• WHAT IS REQUIRED:
Using the records below, give again exactly the lines from the line that contains "# Units and contexts" through the line that contains "world=origin(), true_north=direction((0.0, 1.0)))", both ends included, and only those.
START RECORD SET
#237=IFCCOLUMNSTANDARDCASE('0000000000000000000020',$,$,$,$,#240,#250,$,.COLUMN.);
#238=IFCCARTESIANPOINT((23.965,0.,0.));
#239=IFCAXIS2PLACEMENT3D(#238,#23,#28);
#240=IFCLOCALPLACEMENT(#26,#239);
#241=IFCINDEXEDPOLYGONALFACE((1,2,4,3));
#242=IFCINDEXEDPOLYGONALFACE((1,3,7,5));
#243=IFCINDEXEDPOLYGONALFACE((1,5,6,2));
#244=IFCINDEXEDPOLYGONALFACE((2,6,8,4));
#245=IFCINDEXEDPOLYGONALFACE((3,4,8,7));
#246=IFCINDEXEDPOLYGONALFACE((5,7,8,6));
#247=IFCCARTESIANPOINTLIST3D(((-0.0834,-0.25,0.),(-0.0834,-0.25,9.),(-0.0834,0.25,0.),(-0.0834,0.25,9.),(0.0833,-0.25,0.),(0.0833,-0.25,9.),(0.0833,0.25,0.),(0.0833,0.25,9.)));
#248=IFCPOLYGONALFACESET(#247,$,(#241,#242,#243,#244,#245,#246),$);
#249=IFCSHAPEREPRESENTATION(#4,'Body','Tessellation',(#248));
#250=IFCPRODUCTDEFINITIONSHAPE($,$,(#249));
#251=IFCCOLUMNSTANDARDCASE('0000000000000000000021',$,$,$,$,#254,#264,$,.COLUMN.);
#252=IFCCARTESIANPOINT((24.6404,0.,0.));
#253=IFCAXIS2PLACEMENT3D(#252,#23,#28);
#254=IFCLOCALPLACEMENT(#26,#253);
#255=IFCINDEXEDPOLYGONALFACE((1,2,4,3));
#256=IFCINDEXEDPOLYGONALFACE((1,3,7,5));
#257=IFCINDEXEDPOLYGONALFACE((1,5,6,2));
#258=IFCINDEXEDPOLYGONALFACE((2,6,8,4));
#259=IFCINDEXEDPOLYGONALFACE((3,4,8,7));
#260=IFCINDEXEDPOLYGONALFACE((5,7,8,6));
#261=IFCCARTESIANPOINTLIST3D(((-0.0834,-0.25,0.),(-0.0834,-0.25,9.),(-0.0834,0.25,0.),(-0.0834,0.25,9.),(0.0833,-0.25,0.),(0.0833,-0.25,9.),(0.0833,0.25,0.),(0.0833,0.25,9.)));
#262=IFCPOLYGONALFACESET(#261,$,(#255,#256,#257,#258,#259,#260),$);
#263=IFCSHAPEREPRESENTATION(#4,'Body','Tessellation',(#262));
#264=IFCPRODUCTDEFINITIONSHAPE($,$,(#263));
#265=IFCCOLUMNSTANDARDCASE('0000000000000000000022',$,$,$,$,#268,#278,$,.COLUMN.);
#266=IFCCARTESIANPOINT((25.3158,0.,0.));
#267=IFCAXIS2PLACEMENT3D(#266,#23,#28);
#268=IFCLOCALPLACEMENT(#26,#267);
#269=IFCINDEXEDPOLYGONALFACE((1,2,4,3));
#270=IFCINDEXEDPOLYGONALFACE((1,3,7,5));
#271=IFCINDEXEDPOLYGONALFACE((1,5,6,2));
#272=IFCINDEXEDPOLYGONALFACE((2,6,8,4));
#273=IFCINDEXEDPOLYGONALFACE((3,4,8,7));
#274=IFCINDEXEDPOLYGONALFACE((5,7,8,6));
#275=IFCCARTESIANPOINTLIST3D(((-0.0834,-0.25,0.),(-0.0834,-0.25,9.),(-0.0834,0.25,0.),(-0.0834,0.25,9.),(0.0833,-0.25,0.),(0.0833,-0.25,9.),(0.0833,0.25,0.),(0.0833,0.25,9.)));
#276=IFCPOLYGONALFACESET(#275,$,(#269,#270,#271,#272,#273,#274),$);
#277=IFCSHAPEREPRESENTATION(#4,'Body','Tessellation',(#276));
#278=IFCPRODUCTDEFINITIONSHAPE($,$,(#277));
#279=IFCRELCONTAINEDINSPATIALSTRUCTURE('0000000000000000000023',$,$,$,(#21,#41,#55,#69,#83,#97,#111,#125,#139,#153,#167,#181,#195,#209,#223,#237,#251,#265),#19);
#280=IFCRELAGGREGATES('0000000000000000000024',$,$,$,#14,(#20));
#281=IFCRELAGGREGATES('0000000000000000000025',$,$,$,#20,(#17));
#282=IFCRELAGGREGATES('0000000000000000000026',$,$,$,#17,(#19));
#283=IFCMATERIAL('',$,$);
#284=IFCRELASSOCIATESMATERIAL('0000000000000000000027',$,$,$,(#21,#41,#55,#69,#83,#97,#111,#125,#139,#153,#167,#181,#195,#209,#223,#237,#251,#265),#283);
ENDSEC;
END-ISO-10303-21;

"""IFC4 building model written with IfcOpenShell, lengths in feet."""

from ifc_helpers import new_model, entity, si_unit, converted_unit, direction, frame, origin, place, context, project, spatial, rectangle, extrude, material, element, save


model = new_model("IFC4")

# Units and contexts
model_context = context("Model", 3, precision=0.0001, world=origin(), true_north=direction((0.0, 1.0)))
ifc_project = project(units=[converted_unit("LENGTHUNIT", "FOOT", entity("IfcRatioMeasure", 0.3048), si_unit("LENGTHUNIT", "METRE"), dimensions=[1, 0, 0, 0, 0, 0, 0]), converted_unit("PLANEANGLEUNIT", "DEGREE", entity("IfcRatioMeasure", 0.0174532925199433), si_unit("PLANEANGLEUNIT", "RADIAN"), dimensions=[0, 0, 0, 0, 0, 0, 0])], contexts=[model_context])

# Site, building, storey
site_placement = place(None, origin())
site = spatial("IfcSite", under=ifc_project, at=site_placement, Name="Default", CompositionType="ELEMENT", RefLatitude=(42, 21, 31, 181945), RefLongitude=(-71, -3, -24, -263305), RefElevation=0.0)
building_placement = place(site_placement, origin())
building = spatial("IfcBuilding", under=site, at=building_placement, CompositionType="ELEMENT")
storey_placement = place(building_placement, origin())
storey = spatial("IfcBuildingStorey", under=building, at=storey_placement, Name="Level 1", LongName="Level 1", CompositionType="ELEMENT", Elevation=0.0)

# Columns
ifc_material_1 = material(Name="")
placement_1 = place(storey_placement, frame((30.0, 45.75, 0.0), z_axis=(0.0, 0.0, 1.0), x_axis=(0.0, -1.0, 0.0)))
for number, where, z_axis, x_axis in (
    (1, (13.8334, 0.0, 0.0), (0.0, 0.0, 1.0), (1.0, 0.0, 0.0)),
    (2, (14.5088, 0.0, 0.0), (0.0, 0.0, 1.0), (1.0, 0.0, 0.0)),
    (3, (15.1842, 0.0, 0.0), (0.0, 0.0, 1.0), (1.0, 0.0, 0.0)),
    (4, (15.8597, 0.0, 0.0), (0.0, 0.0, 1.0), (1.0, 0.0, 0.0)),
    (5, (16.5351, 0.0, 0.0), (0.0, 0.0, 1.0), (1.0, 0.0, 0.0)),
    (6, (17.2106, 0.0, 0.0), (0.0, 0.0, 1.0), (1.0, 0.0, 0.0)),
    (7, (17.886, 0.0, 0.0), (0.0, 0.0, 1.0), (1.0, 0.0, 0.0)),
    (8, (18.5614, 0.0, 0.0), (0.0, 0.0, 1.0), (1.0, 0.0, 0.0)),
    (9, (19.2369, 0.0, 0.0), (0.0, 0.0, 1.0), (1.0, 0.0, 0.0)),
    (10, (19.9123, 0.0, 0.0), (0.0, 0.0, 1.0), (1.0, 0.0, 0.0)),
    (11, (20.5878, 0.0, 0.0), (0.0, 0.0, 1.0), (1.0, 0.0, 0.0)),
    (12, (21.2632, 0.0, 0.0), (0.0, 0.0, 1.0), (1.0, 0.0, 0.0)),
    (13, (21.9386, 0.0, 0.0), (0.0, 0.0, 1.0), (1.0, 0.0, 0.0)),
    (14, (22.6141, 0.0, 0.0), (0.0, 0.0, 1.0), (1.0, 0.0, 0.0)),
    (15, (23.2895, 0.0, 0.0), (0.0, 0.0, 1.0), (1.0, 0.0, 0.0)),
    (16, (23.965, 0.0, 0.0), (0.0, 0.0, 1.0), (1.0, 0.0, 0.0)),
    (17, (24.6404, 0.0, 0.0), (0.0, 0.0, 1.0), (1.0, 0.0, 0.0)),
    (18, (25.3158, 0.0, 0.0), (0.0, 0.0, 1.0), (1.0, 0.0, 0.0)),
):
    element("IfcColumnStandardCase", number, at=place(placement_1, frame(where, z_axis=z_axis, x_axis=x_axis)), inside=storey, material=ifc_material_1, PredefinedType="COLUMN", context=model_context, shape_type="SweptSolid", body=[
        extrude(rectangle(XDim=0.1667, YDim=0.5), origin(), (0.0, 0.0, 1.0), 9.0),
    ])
END RECORD SET
• SOLUTION BELOW:
# Units and contexts
model_context = context("Model", 3, precision=0.0001, world=origin(), true_north=direction((0.0, 1.0)))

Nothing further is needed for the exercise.